Consider the decay y' = -\lambda y with a large rate \lambda > 0. The true solution y = y_0 e^{-\lambda t} races quietly to zero. But one Euler step multiplies the value by (1 - \lambda h). If \lambda h > 2, that factor has magnitude greater than 1, so instead of decaying the numbers grow — and flip sign — at every step, oscillating out to infinity while the true answer sits placidly near zero. The method is unstable.

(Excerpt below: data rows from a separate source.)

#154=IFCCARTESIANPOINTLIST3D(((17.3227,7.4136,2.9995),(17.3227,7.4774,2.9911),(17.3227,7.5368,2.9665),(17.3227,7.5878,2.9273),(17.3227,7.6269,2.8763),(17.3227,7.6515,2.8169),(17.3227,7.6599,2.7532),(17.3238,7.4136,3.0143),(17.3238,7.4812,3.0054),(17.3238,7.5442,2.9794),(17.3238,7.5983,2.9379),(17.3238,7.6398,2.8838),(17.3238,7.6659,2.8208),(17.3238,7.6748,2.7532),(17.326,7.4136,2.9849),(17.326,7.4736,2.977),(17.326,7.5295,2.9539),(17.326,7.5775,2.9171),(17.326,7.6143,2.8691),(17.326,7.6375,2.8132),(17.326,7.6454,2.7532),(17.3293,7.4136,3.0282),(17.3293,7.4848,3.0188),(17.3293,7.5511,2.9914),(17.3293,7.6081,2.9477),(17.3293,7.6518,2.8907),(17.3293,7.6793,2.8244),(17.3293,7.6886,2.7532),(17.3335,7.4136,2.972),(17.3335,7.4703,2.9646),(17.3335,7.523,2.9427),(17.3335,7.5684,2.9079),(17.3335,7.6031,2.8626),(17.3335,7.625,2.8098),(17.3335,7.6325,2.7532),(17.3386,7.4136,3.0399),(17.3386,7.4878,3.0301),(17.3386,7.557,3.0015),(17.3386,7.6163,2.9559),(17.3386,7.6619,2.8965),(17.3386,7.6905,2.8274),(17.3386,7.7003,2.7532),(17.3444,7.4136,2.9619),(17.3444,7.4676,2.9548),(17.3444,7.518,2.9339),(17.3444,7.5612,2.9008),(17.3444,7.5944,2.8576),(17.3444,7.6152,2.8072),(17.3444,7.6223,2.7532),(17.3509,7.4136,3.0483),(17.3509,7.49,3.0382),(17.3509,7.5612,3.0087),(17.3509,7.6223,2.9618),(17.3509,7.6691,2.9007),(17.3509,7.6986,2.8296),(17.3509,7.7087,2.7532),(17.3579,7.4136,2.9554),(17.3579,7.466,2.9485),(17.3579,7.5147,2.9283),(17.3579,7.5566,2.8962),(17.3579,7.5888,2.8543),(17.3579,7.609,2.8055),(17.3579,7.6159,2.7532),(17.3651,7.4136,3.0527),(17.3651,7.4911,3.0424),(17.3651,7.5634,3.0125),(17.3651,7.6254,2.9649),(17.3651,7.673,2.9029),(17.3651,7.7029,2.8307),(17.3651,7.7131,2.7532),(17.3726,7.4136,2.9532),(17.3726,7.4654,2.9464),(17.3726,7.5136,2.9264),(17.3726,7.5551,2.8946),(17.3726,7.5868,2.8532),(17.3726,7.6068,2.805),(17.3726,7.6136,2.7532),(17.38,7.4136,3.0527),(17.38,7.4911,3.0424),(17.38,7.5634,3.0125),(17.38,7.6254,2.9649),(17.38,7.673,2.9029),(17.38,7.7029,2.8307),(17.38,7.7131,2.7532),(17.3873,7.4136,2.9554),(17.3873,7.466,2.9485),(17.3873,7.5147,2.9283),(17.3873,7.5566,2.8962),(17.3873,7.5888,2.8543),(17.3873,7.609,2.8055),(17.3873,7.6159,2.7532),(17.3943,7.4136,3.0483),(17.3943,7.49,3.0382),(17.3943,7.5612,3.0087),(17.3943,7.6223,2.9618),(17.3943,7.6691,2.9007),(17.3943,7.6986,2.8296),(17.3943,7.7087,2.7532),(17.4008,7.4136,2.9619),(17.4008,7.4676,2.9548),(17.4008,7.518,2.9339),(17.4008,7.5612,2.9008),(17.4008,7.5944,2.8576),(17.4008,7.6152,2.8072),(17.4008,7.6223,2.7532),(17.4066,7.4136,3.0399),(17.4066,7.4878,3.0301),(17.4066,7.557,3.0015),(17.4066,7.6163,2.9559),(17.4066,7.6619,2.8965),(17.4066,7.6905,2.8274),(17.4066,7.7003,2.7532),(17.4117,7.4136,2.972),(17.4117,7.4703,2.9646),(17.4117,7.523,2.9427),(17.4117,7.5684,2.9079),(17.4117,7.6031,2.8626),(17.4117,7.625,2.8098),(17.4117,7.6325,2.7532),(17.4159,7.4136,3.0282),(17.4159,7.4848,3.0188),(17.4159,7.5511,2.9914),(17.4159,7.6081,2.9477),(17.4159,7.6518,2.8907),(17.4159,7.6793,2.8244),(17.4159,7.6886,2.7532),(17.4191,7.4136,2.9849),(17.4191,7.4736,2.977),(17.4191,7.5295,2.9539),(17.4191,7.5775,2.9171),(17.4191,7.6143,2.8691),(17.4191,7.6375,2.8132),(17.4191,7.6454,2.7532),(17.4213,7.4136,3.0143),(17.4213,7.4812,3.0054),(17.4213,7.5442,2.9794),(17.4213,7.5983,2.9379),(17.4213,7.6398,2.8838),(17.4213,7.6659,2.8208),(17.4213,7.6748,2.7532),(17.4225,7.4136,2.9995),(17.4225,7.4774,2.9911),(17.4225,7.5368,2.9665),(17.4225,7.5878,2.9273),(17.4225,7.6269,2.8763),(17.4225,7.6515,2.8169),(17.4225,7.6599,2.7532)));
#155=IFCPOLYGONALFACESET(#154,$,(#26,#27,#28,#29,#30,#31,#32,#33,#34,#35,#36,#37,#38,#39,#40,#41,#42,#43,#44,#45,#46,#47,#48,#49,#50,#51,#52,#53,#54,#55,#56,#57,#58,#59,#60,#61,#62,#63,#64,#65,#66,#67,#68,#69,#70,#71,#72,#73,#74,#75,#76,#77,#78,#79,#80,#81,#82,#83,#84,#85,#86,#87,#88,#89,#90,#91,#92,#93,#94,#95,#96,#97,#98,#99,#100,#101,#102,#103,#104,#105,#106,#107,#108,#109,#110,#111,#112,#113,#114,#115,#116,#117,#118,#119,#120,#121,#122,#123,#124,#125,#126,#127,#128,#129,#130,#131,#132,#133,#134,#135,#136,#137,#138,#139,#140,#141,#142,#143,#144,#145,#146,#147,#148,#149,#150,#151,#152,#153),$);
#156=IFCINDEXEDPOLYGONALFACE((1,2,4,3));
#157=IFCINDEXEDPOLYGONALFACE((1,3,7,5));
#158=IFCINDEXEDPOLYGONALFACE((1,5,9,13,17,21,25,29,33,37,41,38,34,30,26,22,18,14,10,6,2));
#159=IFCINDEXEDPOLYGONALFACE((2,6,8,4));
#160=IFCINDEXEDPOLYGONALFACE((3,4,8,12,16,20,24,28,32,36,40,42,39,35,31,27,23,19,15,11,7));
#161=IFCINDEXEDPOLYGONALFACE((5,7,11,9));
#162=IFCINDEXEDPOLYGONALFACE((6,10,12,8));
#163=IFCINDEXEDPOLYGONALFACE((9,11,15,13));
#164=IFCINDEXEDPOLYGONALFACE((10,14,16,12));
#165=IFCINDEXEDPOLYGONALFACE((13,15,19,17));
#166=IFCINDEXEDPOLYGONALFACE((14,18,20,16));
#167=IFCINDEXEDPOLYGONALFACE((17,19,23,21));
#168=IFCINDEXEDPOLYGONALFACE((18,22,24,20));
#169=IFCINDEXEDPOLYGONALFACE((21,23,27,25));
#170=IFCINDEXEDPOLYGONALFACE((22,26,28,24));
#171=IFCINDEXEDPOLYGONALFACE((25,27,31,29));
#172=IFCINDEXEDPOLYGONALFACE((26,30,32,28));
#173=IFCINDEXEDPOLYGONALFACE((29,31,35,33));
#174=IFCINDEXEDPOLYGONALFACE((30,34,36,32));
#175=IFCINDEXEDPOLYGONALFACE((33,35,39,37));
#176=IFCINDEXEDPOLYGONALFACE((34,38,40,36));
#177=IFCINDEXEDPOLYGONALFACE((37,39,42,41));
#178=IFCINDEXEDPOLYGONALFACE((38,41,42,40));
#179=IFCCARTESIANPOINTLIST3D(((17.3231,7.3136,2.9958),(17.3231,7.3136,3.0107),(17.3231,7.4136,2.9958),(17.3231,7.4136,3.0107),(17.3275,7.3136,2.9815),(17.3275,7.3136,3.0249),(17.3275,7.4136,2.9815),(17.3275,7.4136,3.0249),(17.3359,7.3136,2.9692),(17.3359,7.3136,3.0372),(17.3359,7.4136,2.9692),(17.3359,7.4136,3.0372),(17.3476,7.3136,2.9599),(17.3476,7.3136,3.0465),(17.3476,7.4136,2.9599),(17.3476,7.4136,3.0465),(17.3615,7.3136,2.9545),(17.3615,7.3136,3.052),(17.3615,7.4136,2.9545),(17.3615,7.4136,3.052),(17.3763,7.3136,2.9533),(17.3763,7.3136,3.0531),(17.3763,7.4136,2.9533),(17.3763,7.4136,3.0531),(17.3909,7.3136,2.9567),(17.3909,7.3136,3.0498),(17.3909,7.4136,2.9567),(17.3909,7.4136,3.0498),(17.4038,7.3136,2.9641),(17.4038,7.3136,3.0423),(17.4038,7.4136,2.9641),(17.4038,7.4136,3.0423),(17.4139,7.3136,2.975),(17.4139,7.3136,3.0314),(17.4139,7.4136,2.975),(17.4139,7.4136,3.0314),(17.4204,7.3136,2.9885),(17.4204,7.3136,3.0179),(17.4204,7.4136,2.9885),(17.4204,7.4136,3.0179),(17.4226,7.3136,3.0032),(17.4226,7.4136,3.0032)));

A higher-order method is not an unconditionally stable method. Take the stiff decay y' = -15y from y(0)=1 — the true solution plummets harmlessly to zero. With h = 0.2 the Euler amplification factor is 1 - 15\cdot 0.2 = -2, so each step doubles the magnitude and flips the sign. Run it and watch the numbers detonate:

// Forward Euler on the STIFF decay y' = -15 y, y(0) = 1. // True solution y = e^(-15 t) → 0. But h is too big for stability. function f(t: number, y: number): number { return -15 * y; } const h: number = 0.2; // stability needs h < 2/15 ≈ 0.133 — this is too big! let t: number = 0; let y: number = 1; for (let n = 1; n <= 8; n++) { y = y + h * f(t, y); // multiplies y by (1 - 15h) = -2 each step t = t + h; console.log(`step ${n}: t = ${t.toFixed(1)} y_euler = ${y.toFixed(2)} true = ${Math.exp(-15 * t).toExponential(2)}`); } console.log(`\nEuler has exploded to ${y.toFixed(1)} while the truth is essentially 0.`);

The true answer never exceeds 1; Euler screams past \pm 100 within a few steps. The cure is not a fancier explicit method — RK4 has its own (larger, but still finite) stability limit and will blow up too if pushed. The cure is an implicit method, next.

Backward (implicit) Euler evaluates the slope at the arrival point instead of the departure point:

y_{n+1} = y_n + h\,f(t_{n+1},\, y_{n+1}).

Notice y_{n+1} appears on both sides — you must solve an equation (often a nonlinear one, via Newton's method) at every step, which is why implicit methods cost more per step. The payoff is enormous stability. For y'=-\lambda y the backward-Euler factor is 1/(1+\lambda h), whose magnitude is below 1 for every positive h: it is unconditionally stable and simply cannot blow up, no matter how stiff the problem or how large the step. Stiff systems — chemical kinetics with fast and slow reactions, electrical circuits with wildly separated time constants — are exactly where you pay for an implicit solver and are glad you did.